Still, the game was the highlight of the night—close to the end, which will boost ratings, and entertaining.


Halftime with the Black Eyed Peas was a big miss as the group, without enough of a playlist of its own to carry the show, leaned on Slash from Guns n’ Roses and Usher to round out the set. With misfires from Usher’s microphone, though, bad things got worse.


As always, there were standout commercials, with humor as the common element.
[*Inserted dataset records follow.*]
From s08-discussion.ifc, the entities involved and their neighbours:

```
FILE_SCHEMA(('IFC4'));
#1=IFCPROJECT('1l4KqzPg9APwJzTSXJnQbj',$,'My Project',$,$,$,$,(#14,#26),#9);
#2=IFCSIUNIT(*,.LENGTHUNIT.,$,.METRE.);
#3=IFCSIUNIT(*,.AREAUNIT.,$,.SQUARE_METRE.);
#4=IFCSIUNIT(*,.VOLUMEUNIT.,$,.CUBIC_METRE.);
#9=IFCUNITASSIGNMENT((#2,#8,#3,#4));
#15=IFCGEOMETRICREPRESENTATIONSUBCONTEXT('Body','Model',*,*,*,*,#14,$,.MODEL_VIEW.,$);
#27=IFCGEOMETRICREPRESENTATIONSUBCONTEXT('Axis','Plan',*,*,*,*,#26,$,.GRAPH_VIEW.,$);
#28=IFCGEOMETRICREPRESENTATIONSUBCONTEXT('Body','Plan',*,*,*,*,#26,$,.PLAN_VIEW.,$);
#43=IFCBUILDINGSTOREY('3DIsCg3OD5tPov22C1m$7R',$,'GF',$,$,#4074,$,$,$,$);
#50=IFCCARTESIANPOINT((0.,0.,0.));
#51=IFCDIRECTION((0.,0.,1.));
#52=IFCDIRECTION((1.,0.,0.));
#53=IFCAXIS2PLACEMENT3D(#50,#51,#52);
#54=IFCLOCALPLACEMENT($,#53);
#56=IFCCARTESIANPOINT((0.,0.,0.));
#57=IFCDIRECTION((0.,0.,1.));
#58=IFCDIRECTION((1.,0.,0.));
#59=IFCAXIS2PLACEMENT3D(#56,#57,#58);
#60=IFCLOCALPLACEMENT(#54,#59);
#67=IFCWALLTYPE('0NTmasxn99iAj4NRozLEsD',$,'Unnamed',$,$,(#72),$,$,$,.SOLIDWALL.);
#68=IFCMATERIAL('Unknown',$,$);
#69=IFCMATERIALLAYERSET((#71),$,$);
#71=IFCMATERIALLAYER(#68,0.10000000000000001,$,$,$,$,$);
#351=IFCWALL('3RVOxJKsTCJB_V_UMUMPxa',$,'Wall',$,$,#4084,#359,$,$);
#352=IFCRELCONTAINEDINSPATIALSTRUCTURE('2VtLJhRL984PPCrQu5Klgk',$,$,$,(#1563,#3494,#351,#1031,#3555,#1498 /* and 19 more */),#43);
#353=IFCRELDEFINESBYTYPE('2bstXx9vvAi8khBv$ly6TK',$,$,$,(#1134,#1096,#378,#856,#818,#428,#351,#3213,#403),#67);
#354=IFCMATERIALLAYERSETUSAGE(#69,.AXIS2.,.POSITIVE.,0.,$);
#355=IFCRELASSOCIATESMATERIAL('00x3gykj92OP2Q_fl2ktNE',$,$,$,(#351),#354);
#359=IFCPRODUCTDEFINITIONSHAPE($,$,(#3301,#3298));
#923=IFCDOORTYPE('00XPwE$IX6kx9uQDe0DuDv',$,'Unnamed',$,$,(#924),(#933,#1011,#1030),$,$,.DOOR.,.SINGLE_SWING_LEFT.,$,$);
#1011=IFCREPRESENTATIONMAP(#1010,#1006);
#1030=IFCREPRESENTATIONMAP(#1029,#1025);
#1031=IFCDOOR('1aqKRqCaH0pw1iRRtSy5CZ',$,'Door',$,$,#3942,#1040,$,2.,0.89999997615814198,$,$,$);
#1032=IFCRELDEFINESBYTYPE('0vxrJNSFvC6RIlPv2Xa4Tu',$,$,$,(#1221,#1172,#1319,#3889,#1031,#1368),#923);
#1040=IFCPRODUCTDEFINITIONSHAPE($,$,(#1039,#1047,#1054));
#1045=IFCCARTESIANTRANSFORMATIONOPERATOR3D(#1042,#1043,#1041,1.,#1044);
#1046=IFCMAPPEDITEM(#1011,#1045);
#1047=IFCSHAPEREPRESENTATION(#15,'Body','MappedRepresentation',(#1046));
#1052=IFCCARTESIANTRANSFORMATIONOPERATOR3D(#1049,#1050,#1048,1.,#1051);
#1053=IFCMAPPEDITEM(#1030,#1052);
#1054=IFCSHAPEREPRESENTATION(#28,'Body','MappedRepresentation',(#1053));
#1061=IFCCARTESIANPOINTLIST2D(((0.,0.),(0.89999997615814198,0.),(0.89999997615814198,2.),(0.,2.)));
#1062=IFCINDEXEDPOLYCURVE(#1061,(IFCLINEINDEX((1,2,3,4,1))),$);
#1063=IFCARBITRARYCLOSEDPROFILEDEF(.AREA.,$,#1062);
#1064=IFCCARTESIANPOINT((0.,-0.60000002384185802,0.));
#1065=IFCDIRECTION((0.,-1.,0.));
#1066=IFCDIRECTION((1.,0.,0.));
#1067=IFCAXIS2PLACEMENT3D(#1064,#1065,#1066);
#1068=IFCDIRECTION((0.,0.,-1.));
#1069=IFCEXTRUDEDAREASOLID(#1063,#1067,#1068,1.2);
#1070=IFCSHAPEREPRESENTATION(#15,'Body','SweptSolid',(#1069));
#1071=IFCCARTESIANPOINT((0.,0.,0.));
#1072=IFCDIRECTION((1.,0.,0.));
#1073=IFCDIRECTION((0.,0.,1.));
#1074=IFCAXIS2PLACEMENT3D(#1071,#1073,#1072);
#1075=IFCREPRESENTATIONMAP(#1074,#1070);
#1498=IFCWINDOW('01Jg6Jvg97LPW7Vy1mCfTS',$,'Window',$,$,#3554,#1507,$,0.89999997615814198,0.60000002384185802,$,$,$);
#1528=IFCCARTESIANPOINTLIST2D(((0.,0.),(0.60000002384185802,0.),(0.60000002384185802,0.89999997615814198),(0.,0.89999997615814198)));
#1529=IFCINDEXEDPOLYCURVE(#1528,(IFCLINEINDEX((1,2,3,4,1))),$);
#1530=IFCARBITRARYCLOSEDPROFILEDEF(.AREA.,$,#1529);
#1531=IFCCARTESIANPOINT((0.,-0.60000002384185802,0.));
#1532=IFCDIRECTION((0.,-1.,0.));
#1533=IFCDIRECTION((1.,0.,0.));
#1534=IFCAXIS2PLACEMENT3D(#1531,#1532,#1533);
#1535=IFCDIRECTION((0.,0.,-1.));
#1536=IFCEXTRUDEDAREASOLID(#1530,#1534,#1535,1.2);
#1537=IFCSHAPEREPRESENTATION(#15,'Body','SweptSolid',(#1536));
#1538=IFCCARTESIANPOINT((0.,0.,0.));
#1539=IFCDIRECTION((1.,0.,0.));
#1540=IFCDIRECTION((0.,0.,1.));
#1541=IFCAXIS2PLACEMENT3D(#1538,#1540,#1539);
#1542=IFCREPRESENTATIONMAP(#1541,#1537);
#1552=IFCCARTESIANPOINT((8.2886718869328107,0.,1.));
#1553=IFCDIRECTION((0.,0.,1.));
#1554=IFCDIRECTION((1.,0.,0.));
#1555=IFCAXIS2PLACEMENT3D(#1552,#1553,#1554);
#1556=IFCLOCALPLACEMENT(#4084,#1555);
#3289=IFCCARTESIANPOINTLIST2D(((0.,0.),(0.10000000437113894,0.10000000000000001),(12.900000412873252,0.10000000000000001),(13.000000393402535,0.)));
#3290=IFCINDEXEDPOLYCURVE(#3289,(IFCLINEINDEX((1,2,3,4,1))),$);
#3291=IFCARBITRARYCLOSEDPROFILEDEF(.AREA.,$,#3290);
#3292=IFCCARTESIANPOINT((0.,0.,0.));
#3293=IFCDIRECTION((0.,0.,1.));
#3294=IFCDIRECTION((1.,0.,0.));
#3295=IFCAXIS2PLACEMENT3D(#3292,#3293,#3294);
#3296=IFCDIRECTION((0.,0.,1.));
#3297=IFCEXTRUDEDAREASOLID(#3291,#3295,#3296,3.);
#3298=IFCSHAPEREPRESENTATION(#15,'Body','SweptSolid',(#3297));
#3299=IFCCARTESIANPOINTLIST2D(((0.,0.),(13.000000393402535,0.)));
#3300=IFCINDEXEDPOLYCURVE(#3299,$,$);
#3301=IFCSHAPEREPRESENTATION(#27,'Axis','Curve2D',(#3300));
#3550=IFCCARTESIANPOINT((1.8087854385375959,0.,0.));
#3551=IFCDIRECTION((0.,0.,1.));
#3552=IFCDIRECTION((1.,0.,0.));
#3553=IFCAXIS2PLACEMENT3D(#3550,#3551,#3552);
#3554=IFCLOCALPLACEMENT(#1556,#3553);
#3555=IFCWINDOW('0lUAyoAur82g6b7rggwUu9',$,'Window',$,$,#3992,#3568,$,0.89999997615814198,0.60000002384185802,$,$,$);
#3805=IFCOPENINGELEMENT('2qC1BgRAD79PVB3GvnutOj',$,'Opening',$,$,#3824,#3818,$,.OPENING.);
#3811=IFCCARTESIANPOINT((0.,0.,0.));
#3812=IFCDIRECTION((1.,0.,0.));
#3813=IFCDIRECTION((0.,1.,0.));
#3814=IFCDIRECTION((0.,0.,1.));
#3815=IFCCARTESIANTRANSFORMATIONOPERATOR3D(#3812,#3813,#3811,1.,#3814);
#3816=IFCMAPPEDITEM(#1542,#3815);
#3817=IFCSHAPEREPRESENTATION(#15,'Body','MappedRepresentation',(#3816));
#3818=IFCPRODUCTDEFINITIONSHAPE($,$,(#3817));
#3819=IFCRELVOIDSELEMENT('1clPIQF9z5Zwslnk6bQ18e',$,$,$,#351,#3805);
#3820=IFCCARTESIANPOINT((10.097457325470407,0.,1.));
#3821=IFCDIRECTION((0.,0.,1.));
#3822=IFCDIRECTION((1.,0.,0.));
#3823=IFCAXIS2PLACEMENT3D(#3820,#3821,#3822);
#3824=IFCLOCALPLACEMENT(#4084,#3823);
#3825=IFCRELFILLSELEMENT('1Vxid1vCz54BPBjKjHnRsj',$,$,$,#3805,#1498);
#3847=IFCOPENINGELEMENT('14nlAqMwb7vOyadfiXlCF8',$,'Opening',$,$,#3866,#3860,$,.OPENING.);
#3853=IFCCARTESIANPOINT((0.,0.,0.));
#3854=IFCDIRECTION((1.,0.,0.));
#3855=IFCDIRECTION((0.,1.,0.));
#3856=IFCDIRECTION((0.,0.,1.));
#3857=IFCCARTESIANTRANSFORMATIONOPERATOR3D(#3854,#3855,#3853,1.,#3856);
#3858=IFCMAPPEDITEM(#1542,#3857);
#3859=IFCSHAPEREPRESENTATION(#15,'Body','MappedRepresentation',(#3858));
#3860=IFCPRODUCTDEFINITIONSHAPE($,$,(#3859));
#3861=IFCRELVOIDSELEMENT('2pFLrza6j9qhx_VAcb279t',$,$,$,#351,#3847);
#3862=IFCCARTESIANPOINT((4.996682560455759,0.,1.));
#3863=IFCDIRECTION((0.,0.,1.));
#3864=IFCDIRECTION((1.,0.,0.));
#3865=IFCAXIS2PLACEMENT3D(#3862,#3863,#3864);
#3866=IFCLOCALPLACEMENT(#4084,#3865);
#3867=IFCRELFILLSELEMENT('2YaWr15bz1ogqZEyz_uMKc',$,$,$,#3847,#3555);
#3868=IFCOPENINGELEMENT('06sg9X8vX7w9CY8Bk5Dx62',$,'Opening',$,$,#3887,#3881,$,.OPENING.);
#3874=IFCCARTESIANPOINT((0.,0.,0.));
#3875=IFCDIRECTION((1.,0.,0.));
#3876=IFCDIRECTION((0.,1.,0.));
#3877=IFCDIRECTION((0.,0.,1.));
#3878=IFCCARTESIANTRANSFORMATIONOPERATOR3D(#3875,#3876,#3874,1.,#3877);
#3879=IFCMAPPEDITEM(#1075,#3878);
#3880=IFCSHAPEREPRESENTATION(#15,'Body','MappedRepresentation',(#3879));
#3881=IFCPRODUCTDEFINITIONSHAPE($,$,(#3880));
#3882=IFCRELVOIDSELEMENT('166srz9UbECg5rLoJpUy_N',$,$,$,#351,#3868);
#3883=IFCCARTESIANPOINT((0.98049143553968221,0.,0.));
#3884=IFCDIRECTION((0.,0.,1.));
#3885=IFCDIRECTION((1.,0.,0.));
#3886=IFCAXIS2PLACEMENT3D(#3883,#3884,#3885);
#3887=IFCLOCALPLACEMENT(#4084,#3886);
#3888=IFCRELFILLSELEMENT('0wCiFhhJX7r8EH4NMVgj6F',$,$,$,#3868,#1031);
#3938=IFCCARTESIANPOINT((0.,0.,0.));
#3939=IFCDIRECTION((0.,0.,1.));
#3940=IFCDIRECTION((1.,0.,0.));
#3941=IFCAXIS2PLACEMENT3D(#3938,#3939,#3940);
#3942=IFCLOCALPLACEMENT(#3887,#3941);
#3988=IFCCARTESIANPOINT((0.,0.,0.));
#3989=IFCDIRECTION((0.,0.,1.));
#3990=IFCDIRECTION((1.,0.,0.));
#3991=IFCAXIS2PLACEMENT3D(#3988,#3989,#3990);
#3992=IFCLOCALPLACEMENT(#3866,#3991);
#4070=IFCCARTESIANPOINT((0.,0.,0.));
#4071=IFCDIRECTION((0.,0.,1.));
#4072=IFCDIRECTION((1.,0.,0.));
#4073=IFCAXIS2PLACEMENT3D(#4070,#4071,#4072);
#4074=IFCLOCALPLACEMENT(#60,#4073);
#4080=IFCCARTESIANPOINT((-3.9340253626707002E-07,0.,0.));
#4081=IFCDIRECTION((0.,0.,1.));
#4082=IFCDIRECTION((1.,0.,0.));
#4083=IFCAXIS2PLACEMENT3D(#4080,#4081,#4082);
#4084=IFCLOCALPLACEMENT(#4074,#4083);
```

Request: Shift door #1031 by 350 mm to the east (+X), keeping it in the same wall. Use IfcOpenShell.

```python
import ifcopenshell
import ifcopenshell.api.geometry
import ifcopenshell.util.placement
import ifcopenshell.util.unit

model = ifcopenshell.open("s08-discussion.ifc")
unit_scale = ifcopenshell.util.unit.calculate_unit_scale(model)

door = model.by_id(1031)
opening = door.FillsVoids[0].RelatingOpeningElement
wall = opening.VoidsElements[0].RelatingBuildingElement

wall_matrix = ifcopenshell.util.placement.get_local_placement(wall.ObjectPlacement)
shift = wall_matrix[:3, 0] * 0.35 / unit_scale
before = ifcopenshell.util.placement.get_local_placement(door.ObjectPlacement)[:3, 3].copy()

# The door is placed relative to its opening, so it follows when the opening moves.
matrix = ifcopenshell.util.placement.get_local_placement(opening.ObjectPlacement)
matrix[:3, 3] += shift
ifcopenshell.api.geometry.edit_object_placement(
    model, product=opening, matrix=matrix, is_si=False, should_transform_children=True
)

after = ifcopenshell.util.placement.get_local_placement(door.ObjectPlacement)[:3, 3]
print("door moved by", (after - before).round(3) + 0.0)

model.write("s08-discussion_v2.ifc")
```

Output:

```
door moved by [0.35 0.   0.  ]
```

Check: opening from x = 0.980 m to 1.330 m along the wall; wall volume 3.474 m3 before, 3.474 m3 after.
Tops on the list were Pepsi Max and Doritos (both early), Budweiser (Tiny Dancer), Volkswagen (Darth Vader), a Bridgestone (beaver/dam) spot and an promo for “House” that mimicked the famous Joe Greene commercial for Coke.
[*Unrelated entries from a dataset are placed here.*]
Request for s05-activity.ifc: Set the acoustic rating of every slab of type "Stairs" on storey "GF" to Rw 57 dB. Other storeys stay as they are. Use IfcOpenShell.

First a look at what the model holds.

```python
import ifcopenshell
import ifcopenshell.util.element

model = ifcopenshell.open("s05-activity.ifc")
print(model.schema)
storey = next(s for s in model.by_type("IfcBuildingStorey") if s.Name == "GF")
slabs = [e for e in ifcopenshell.util.element.get_decomposition(storey) if e.is_a("IfcSlab")]
seen = {}
for e in slabs:
    element_type = ifcopenshell.util.element.get_type(e)
    key = (element_type.Name if element_type != e and element_type else None, ifcopenshell.util.element.get_pset(e, "Pset_SlabCommon", "AcousticRating"))
    seen[key] = seen.get(key, 0) + 1
for (name, value), count in sorted(seen.items(), key=str):
    print(count, "x", name, "|", value)
```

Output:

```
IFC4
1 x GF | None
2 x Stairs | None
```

```python
import ifcopenshell
import ifcopenshell.api.pset
import ifcopenshell.util.element

model = ifcopenshell.open("s05-activity.ifc")

storey = next(s for s in model.by_type("IfcBuildingStorey") if s.Name == "GF")
slabs = [e for e in ifcopenshell.util.element.get_decomposition(storey) if e.is_a("IfcSlab")]

count = 0
for e in slabs:
    element_type = ifcopenshell.util.element.get_type(e)
    if element_type in (None, e) or element_type.Name != "Stairs":
        continue
    # add_pset returns the element's existing set when there is one.
    pset = ifcopenshell.api.pset.add_pset(model, product=e, name="Pset_SlabCommon")
    ifcopenshell.api.pset.edit_pset(model, pset=pset, properties={"AcousticRating": "Rw 57 dB"})
    count += 1

print(count, "slabs updated")

model.write("s05-activity-out.ifc")
```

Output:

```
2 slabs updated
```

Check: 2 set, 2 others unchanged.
Misses came from almost every automaker and Best Buy, which could not parlay Ozzy Osborne and Justin Beiber into anything special.


Day-After Updates: Oh My, Myers
--- As far as post-game interviews go, Chris Myers' effort with Steelers coach Mike Tomlin was a sub-standard effort. Granted, it was a lose-lose situation for a sideline reporter, but Myers made no connection and the usually loquacious Tomlin was forthright enough to make it work. CBS reporter Steve Tasker set the standard with his Q-and-A with Rex Ryan (admittedly Ryan carried it as Tomlin attempted to Sunday night) after the AFC Championship Game and Myers could not get to that level. He seems aloof and cold and that came across on TV.
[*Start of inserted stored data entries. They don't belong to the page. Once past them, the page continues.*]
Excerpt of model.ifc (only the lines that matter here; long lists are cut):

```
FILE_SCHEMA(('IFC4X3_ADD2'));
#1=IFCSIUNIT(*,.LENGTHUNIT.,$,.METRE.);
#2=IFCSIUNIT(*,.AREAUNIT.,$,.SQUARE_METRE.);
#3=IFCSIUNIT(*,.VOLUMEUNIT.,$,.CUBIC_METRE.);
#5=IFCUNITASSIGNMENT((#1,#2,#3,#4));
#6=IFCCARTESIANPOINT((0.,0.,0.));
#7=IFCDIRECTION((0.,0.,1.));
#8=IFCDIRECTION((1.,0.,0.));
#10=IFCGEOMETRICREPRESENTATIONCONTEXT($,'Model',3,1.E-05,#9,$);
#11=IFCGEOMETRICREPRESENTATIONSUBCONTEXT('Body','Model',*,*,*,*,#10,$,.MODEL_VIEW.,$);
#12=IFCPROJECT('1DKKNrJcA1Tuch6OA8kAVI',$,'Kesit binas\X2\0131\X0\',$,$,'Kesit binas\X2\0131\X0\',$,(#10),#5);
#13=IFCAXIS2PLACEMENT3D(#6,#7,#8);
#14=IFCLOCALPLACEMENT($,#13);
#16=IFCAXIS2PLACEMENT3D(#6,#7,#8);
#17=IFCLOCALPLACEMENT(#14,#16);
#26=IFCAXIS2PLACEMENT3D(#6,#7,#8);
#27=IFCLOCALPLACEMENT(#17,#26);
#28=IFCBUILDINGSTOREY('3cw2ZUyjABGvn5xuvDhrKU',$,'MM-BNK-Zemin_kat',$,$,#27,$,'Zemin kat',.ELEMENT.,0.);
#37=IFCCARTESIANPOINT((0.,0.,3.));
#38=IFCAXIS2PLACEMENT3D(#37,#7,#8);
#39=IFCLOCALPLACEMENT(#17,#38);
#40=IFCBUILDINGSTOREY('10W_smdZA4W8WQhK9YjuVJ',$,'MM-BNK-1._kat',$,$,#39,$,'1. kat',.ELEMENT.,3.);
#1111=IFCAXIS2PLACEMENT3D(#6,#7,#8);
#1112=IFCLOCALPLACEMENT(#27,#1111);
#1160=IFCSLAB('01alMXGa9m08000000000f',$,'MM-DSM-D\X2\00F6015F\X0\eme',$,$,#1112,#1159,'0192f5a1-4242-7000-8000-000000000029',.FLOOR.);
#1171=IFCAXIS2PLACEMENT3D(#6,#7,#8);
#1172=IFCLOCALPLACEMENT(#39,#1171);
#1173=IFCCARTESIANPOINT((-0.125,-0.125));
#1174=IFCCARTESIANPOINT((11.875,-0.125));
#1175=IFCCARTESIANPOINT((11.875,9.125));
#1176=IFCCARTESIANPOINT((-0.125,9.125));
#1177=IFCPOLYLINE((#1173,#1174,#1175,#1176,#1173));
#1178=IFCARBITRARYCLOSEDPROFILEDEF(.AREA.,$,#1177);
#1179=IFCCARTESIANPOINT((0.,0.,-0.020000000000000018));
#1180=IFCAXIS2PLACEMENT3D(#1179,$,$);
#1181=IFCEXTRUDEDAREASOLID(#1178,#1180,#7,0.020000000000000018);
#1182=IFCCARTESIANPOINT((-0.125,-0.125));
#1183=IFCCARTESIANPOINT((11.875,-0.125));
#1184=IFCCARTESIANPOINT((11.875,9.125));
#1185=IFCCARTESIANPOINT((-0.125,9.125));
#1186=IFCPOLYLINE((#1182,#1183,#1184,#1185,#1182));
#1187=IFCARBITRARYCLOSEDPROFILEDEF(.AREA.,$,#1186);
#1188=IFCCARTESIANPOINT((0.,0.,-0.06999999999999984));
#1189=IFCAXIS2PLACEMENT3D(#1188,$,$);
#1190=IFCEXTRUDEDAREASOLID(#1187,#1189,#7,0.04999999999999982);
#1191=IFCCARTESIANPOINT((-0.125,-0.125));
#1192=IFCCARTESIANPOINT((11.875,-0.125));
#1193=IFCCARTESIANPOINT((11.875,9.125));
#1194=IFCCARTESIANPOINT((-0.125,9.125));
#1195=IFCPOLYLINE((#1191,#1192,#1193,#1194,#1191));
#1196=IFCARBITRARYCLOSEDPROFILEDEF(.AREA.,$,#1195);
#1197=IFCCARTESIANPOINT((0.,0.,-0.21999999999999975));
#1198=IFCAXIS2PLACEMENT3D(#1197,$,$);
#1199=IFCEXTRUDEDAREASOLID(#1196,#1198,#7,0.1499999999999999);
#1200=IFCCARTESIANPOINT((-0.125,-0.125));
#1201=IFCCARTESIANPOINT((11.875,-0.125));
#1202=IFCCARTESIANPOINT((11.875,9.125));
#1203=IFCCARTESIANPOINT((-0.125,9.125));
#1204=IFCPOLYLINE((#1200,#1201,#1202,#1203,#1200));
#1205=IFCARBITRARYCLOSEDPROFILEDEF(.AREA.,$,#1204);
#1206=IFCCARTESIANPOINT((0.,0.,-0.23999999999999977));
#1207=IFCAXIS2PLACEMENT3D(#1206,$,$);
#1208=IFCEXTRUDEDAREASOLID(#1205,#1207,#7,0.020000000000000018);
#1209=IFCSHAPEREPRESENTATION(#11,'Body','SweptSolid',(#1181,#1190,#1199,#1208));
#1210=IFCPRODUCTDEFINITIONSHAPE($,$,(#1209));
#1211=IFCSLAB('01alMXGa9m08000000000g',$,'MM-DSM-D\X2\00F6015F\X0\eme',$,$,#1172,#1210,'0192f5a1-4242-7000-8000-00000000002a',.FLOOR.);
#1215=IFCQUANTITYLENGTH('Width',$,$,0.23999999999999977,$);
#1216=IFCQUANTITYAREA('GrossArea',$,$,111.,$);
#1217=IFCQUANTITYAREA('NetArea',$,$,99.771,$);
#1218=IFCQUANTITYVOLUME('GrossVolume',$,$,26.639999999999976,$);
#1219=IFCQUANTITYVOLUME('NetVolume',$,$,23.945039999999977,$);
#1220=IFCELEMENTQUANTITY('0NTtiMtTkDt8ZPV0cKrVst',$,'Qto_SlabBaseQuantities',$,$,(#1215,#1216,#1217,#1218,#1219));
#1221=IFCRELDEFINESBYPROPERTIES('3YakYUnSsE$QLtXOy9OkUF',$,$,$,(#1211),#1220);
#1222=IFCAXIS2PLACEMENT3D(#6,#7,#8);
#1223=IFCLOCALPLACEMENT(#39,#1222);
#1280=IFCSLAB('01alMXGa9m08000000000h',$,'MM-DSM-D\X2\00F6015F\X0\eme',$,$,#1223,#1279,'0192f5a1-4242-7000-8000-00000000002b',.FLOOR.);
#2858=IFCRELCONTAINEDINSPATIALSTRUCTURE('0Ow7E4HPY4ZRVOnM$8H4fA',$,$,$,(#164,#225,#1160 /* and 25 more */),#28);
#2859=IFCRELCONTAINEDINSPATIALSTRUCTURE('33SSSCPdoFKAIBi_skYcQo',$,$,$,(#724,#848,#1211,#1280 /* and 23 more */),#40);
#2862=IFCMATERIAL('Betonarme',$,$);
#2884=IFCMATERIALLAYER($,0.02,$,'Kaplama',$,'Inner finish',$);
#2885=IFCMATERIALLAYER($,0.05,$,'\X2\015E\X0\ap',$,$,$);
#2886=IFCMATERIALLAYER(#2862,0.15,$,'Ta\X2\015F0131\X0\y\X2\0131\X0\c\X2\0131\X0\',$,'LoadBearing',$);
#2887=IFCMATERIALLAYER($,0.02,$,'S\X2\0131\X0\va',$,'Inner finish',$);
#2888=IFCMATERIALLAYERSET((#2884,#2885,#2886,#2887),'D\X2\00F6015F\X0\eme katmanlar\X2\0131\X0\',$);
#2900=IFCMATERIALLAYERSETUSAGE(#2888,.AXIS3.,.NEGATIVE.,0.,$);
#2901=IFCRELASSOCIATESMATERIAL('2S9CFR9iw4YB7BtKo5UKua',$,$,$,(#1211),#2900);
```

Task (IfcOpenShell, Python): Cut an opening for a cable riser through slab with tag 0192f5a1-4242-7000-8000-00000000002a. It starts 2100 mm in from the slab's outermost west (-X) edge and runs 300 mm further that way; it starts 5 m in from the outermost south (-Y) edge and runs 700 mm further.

```python
import numpy as np
import ifcopenshell
import ifcopenshell.api.feature
import ifcopenshell.api.geometry
import ifcopenshell.api.pset
import ifcopenshell.api.root
import ifcopenshell.geom
import ifcopenshell.util.element
import ifcopenshell.util.placement
import ifcopenshell.util.representation
import ifcopenshell.util.shape
import ifcopenshell.util.unit

model = ifcopenshell.open("model.ifc")
unit_scale = ifcopenshell.util.unit.calculate_unit_scale(model)
area_scale = ifcopenshell.util.unit.calculate_unit_scale(model, "AREAUNIT")
volume_scale = ifcopenshell.util.unit.calculate_unit_scale(model, "VOLUMEUNIT")
settings = ifcopenshell.geom.settings()


def volume(element):
    """Net volume in cubic metres, openings subtracted."""
    shape = ifcopenshell.geom.create_shape(settings, element)
    return ifcopenshell.util.shape.get_volume(shape.geometry)


slab = model.by_id(1211)
before = volume(slab)

# Extent in the slab's own axes, in metres. The edges named are its -X and -Y sides.
slab_shape = ifcopenshell.geom.create_shape(settings, slab)
vertices = ifcopenshell.util.shape.get_vertices(slab_shape.geometry)
x_min, y_min, bottom = vertices.min(axis=0)
top = vertices[:, 2].max()

opening = ifcopenshell.api.root.create_entity(model, ifc_class="IfcOpeningElement", name="Cable riser opening", predefined_type="OPENING")
context = ifcopenshell.util.representation.get_context(model, "Model", "Body", "MODEL_VIEW")
width, depth = 0.3, 0.7
outline = [(0.0, 0.0), (width, 0.0), (width, depth), (0.0, depth), (0.0, 0.0)]
# Overshoot both faces by 50 mm so the cut is clean.
shape = ifcopenshell.api.geometry.add_slab_representation(
    model, context=context, depth=top - bottom + 0.1, polyline=outline
)
ifcopenshell.api.geometry.assign_representation(model, product=opening, representation=shape)

matrix = ifcopenshell.util.placement.get_local_placement(slab.ObjectPlacement)
matrix[:, 3] = matrix @ np.append(np.array([x_min + 2.1, y_min + 5, bottom - 0.05]) / unit_scale, 1.0)
ifcopenshell.api.geometry.edit_object_placement(model, product=opening, matrix=matrix, is_si=False)
ifcopenshell.api.feature.add_feature(model, feature=opening, element=slab)

after = volume(slab)

# Update the slab's stored quantities.
qto = model.by_id(ifcopenshell.util.element.get_pset(slab, "Qto_SlabBaseQuantities", should_inherit=False)["id"])
ifcopenshell.api.pset.edit_qto(model, qto=qto, properties={
    "NetArea": after / (top - bottom) / area_scale,
    "NetVolume": after / volume_scale,
})

print(f"slab volume {before:.3f} -> {after:.3f} m3")

model.write("model-out.ifc")
```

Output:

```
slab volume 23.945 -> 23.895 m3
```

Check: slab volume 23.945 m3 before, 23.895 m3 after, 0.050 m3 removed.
--- Biggest miss for Joe Buck-Troy Aikman, especially with former NFL officiating guru Mike Pereira in the booth, was not being critical enough of the officials. Two calls were especially troublesome for Packers fans -- the phantom facemask penalty (which is forgivable because of the angle of the official) and the forward progress on a Steelers pass play when the receiver caught the play, ran backward, got tackled behind where he initially pulled in the pass and was given the initial forward progress. Typical NFL inconsistency, which typically goes unquestioned.
--- While the Terry Bradshaw-Ben Roethlisberger interview was promoted and played pretty well during the pregame show, the interesting thing was that Bradshaw said "It's important I have a relationship with you." Which begged a pretty big question. Why? Is it some NFL prerequisite that every QB who succeeds another farther down the the line in a successful team's lineage get along with his predecessors?
--- On-air types also missed some things viewers saw on screen, especially Troy Polamalu limping for the Steelers.
--- Final thoughts on the commercials ... Two spots for Eminem, and the cartoonish tea spot just seemed to balance the too-long and preachy Chrysler commercial. Plus, it was one of those situations where you cannot envision the pitchman using the product (Chryslter), even if the message was solid. ... GoDaddy's formula apparently works, but it seems tired to me. ... If the E-Trade baby has not run its course, the faux interview/silly, staged interaction between Curt Menefee and the baby certainly has no place on TV.
-- Oh, the NFL's own ad "Best. Fans. Ever." with clips from classic TV shows and NFL gear superimposed on the stars, was really good. ... Snickers returned with a "ouch" ad similar to what bolstered Betty White into pop culture circles last year. But, while the commercial might have been funny and even satisfying, it will not do for Roseanne Arnold what it did for White.